Sir Charles replies:


Am I being smart with you? How would you ever know?

Tersely, one remains,
Sir Charles Grandiose

Alfred writes:

Picture: Kitten With A FoilDear Sir Charles,

Something has gotten into my wife that I can't comprehend.

The other evening, as I lay abed perusing the Spectator, the Tatler, and the new copy of Debret's, the Lady Ophelia, attired in naught but boots and spurs--and brandishing a riding crop, I might add--burst into my chamber, leapt upon the bed, and, as her spurs became entangled in the brocade duvet, began thrashing about. I escaped before she could do serious damage to my person with the crop.

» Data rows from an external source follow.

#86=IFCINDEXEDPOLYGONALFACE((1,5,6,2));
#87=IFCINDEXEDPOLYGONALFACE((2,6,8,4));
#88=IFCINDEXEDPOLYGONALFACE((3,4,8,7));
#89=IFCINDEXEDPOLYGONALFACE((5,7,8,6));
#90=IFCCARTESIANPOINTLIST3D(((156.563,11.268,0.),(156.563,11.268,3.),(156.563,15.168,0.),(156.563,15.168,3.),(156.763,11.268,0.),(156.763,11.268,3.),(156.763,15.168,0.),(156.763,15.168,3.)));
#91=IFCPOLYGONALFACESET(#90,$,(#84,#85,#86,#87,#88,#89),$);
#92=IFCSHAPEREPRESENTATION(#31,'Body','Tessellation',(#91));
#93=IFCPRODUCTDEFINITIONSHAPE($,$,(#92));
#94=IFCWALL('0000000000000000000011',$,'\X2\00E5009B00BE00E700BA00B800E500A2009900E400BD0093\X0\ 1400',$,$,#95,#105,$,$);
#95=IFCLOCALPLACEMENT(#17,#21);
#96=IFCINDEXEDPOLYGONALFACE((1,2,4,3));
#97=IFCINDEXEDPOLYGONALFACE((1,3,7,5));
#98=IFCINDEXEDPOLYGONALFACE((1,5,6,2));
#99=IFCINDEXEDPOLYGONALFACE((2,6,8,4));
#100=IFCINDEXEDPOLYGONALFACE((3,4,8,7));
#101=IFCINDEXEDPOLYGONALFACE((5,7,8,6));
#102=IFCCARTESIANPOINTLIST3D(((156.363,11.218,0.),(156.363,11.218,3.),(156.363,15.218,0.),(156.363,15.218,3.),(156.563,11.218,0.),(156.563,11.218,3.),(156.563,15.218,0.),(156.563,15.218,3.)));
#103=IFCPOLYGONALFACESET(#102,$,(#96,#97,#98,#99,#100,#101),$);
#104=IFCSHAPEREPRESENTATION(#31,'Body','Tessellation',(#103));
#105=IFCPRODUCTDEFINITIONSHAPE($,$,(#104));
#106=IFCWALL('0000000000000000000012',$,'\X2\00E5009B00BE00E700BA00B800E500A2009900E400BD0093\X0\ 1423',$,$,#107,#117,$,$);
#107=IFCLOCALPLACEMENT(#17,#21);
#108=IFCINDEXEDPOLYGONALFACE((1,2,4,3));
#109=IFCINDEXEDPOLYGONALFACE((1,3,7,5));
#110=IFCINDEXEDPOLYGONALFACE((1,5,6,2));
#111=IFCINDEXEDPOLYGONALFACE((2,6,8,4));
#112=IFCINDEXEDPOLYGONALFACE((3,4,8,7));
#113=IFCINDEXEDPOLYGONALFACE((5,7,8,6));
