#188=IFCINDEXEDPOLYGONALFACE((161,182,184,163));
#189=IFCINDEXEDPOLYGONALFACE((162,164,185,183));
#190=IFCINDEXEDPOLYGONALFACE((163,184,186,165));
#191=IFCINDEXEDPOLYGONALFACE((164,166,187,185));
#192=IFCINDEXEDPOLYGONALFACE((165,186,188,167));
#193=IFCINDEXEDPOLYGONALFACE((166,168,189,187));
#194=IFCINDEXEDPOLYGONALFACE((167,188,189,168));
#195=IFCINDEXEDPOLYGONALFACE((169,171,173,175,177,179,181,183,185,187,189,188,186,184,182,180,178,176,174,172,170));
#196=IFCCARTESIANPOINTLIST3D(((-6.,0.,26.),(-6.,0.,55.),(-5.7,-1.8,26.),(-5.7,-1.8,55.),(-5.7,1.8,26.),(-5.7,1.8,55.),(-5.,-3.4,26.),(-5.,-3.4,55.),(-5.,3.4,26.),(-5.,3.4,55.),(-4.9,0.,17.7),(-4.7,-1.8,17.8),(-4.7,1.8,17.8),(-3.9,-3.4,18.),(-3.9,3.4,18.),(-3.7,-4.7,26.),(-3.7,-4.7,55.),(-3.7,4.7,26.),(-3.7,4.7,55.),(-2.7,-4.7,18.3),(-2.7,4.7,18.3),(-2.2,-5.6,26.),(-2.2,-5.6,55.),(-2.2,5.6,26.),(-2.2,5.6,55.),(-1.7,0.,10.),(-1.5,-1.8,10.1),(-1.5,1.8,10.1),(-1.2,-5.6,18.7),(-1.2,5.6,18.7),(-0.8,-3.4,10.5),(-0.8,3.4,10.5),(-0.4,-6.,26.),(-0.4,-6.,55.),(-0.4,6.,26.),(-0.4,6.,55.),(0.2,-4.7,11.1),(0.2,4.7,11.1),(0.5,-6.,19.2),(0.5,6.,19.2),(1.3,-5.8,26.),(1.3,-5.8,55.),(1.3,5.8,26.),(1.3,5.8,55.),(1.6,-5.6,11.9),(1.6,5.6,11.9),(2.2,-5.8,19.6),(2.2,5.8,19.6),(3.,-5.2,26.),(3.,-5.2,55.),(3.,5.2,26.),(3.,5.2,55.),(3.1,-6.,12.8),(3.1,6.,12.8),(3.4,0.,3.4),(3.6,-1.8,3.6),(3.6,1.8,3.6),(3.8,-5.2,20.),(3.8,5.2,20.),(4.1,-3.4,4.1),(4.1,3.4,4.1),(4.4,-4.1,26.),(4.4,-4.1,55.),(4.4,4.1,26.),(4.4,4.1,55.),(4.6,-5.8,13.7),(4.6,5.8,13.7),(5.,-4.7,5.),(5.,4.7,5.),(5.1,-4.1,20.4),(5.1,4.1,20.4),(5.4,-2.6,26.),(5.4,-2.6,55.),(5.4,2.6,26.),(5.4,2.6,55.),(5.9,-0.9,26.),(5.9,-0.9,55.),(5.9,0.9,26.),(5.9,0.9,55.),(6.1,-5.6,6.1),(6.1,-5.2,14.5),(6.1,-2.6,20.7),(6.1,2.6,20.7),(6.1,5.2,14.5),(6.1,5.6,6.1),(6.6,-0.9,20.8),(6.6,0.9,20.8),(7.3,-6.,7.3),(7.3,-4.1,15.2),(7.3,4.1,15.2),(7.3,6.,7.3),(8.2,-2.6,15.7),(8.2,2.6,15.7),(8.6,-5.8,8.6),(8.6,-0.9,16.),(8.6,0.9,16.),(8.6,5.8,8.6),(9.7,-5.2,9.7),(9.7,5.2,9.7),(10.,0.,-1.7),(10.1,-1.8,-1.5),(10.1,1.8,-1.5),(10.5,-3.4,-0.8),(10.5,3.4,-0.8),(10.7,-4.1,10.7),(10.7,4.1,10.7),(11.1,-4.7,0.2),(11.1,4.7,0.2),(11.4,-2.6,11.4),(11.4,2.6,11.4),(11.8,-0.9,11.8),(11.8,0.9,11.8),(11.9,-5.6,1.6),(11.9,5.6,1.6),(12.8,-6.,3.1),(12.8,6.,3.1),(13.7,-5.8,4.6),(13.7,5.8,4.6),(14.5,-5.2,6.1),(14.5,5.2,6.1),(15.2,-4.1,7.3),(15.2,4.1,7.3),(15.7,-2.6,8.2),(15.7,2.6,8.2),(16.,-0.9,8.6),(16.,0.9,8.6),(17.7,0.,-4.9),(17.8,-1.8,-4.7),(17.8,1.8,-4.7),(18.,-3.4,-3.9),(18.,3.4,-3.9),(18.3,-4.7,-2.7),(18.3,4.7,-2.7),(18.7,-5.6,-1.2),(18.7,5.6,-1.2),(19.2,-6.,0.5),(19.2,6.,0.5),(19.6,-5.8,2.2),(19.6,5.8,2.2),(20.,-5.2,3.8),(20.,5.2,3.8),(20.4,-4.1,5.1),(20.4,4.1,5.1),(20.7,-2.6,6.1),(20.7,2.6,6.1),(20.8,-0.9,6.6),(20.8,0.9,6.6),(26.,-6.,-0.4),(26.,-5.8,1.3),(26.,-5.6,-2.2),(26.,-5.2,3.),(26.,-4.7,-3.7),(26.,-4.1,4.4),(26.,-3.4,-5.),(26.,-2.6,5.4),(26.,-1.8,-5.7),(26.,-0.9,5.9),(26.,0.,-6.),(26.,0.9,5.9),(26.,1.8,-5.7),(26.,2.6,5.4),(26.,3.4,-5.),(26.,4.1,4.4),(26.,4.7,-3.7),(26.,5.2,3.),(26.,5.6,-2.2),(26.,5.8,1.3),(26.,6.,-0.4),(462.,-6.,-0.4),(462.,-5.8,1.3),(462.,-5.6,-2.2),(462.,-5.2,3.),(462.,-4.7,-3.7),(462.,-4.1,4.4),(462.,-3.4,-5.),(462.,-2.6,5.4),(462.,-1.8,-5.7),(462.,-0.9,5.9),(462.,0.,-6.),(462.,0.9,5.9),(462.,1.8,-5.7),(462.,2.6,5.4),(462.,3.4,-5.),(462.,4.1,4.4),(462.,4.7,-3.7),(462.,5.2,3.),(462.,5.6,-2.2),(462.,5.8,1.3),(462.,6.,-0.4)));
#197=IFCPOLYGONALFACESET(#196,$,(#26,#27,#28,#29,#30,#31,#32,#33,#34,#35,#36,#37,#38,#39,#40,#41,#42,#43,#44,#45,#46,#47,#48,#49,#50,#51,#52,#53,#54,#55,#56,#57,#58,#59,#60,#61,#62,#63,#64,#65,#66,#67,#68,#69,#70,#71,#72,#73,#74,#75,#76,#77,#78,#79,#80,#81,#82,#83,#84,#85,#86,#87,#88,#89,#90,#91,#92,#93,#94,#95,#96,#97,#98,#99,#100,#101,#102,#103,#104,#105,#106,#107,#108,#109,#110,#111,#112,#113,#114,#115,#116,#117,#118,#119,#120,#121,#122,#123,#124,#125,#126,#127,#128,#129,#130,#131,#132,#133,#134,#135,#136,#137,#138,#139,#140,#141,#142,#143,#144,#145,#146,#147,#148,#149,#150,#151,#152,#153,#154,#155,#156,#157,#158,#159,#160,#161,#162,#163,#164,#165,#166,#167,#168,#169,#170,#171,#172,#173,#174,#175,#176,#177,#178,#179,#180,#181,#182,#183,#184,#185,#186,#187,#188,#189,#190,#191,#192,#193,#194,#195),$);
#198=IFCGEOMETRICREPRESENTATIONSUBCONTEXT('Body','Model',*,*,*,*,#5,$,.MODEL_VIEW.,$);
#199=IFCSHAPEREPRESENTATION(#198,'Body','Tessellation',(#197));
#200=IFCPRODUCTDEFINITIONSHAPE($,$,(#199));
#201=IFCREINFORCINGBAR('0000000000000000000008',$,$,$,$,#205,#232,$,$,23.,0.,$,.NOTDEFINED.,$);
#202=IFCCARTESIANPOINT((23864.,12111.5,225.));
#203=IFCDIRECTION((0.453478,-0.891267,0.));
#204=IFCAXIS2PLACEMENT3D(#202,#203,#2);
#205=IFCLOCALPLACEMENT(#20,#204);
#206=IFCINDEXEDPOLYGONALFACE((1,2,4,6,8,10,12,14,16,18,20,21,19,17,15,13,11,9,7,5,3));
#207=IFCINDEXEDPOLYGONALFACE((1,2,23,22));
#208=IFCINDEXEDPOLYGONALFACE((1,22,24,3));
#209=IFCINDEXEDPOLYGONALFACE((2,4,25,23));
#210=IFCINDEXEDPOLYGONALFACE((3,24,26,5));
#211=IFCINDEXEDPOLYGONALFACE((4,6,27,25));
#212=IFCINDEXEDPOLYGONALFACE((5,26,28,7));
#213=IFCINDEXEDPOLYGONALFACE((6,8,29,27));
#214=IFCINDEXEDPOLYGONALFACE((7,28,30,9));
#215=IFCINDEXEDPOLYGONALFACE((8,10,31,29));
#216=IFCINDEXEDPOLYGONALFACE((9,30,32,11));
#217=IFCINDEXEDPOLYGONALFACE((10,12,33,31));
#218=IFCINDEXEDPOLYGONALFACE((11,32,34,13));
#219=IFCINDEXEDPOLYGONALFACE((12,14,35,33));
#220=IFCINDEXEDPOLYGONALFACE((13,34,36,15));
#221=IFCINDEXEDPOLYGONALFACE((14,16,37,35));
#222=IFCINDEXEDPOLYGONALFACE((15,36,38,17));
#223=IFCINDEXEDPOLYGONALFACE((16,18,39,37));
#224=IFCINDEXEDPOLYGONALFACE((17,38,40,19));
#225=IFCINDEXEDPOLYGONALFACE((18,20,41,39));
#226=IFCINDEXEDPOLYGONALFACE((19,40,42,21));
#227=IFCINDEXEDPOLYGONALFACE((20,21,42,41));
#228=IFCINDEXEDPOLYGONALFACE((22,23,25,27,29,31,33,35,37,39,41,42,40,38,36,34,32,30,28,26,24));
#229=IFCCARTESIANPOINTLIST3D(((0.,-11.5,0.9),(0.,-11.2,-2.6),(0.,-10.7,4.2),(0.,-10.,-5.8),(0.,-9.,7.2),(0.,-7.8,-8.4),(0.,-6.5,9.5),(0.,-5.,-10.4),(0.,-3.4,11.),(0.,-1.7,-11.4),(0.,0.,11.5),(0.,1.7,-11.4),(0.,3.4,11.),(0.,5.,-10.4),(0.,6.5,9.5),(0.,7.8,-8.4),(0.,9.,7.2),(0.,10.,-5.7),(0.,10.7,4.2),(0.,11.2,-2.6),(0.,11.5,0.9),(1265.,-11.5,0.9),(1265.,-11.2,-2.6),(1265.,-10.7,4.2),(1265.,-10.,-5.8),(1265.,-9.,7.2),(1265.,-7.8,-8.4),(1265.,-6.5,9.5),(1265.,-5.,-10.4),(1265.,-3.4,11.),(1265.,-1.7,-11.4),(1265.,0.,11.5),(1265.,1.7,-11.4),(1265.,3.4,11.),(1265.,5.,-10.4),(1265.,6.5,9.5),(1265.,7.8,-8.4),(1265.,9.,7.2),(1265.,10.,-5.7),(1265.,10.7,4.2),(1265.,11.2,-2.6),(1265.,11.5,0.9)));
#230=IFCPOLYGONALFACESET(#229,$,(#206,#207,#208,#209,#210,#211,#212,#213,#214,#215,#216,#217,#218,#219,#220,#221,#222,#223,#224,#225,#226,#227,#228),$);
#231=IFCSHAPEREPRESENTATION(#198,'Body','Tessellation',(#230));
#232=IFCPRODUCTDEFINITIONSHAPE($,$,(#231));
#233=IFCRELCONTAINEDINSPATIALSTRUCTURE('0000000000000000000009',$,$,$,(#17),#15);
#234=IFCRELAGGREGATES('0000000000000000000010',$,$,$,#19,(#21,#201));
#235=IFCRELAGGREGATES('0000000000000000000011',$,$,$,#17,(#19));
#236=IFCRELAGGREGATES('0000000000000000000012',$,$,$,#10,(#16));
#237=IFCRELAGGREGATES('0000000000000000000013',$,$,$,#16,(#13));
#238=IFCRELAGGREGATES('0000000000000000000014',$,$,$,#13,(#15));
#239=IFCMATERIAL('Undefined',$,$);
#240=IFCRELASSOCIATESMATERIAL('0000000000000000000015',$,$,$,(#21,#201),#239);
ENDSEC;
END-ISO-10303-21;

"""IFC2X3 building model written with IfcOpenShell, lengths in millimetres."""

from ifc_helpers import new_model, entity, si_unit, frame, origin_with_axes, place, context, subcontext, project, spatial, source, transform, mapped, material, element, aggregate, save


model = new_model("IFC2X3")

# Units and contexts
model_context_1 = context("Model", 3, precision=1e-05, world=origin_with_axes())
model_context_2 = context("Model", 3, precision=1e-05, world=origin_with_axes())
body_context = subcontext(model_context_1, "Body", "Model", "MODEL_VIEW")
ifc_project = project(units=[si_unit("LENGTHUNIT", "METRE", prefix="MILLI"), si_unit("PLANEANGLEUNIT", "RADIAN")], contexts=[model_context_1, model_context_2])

Fortunately, I suddenly remembered that, as secretary of the Tingleigh-Quim Hunt, I had become negligent in my duties of planning the annual hunt breakfast, and used that excuse to vacate my chamber. I spent the next several hours sequestered in my study where I finally worked out a suitable seating chart so as to avoid a repeat of last year's unfortunate incident involving Col. Wiggington, two of his ex-wives, and a large tureen of mock turtle soup.

When I returned to my chamber, there was no trace of the Lady Ophelia, save a solitary silver spur suspended from the somewhat shredded duvet. It occurs to me I haven't seen the Lady Ophelia for the last two days. Dash it all, Sir Charles, I suppose what I am inquiring of you is, What the deuce do women want?

Alfred, Lord Tingleigh-Quim

Sir Charles replies:

Lord Tingleigh-Quim,

As that blasted Frenchie, Freud, remarked, "What is it that women want? 'Appiness, that is what a woman wants." And do not we all want a handful or two of that?

In your case, however, one suspects that Lady Tingleigh-Quim is looking for a sturdy mount upon which to sit astride. Something she can really wrap her legs around. Why not find an Arabian stallion for the poor woman, so that she might have a vigorous ride or two on an afternoon before dinner?